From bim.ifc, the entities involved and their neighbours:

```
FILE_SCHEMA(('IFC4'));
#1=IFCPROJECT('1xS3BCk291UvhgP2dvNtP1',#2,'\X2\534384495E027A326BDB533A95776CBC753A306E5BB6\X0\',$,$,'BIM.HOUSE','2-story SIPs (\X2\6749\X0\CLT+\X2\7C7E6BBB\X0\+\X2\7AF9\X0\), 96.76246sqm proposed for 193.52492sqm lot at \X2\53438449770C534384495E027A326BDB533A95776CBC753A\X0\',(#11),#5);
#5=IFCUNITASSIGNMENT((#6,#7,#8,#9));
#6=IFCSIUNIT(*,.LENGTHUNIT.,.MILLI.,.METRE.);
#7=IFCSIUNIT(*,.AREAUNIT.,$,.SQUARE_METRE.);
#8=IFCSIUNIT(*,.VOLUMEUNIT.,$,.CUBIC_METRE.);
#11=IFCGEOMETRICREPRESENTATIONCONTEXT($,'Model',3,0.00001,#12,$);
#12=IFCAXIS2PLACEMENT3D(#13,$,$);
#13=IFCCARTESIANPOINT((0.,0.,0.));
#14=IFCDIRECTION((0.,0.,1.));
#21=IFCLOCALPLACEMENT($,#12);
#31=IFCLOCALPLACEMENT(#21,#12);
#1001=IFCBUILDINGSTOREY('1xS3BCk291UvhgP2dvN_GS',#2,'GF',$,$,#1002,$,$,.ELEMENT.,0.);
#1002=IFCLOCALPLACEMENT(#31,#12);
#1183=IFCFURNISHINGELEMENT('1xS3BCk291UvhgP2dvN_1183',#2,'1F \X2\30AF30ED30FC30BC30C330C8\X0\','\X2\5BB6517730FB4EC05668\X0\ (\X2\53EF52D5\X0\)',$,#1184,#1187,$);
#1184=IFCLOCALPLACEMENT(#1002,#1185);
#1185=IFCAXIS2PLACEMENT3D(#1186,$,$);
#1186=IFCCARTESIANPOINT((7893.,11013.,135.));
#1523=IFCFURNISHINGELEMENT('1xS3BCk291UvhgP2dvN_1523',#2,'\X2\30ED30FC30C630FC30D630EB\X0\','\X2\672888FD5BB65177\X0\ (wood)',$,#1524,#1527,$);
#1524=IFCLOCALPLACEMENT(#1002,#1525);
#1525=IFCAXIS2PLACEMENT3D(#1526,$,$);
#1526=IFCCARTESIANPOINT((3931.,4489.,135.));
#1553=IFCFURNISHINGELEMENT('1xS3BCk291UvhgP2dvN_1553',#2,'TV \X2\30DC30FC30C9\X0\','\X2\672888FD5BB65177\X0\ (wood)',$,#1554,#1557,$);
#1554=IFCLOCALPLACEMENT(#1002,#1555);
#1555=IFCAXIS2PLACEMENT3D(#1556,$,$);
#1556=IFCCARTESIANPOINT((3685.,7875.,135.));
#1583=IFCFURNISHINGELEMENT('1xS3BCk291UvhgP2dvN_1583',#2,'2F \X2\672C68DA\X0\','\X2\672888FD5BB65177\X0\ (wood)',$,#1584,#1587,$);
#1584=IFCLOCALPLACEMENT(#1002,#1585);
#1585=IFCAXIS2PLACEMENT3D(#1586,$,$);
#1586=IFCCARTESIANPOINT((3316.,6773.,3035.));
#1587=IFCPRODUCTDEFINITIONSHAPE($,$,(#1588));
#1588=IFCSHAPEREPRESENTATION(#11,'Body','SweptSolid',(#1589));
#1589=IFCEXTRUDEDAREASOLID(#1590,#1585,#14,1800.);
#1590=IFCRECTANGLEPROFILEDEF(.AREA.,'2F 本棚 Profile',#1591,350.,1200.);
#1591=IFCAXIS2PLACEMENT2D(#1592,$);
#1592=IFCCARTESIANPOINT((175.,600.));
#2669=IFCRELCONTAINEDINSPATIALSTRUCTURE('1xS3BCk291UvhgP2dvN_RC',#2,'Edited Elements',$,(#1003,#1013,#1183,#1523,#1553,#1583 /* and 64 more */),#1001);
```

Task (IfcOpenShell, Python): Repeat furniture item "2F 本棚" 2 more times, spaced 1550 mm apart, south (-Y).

```python
import numpy as np
import ifcopenshell
import ifcopenshell.api.geometry
import ifcopenshell.api.root
import ifcopenshell.util.element
import ifcopenshell.util.placement

model = ifcopenshell.open("bim.ifc")


def reuse_history(source, copy):
    """copy_class also copies each property set's owner history, people and application; keep the originals."""
    for rel in copy.IsDefinedBy:
        if rel.is_a("IfcRelDefinesByProperties") and (history := rel.RelatingPropertyDefinition.OwnerHistory):
            rel.RelatingPropertyDefinition.OwnerHistory = source.OwnerHistory
            ifcopenshell.util.element.remove_deep2(model, history)


source = model.by_guid("1xS3BCk291UvhgP2dvN_1583")
base = ifcopenshell.util.placement.get_local_placement(source.ObjectPlacement)
step = np.array([0.0, -1.0, 0.0]) * 1550.0

for i in range(1, 3):
    copy = ifcopenshell.api.root.copy_class(model, product=source)
    copy.Representation = ifcopenshell.util.element.copy_deep(
        model, source.Representation, exclude=["IfcGeometricRepresentationContext", "IfcRepresentationMap"]
    )
    reuse_history(source, copy)
    matrix = base.copy()
    matrix[:3, 3] += i * step
    print("added at", matrix[:3, 3].round(3) + 0.0)
    ifcopenshell.api.geometry.edit_object_placement(model, product=copy, matrix=matrix, is_si=False)

model.write("bim-out.ifc")
```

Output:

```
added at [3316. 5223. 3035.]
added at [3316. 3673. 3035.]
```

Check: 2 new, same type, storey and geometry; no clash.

· · ·

Find the string "IFCSIUNIT" in the material above, and report every line where it occurs.

- Result for this exercise -
#6=IFCSIUNIT(*,.LENGTHUNIT.,.MILLI.,.METRE.);
#7=IFCSIUNIT(*,.AREAUNIT.,$,.SQUARE_METRE.);
#8=IFCSIUNIT(*,.VOLUMEUNIT.,$,.CUBIC_METRE.);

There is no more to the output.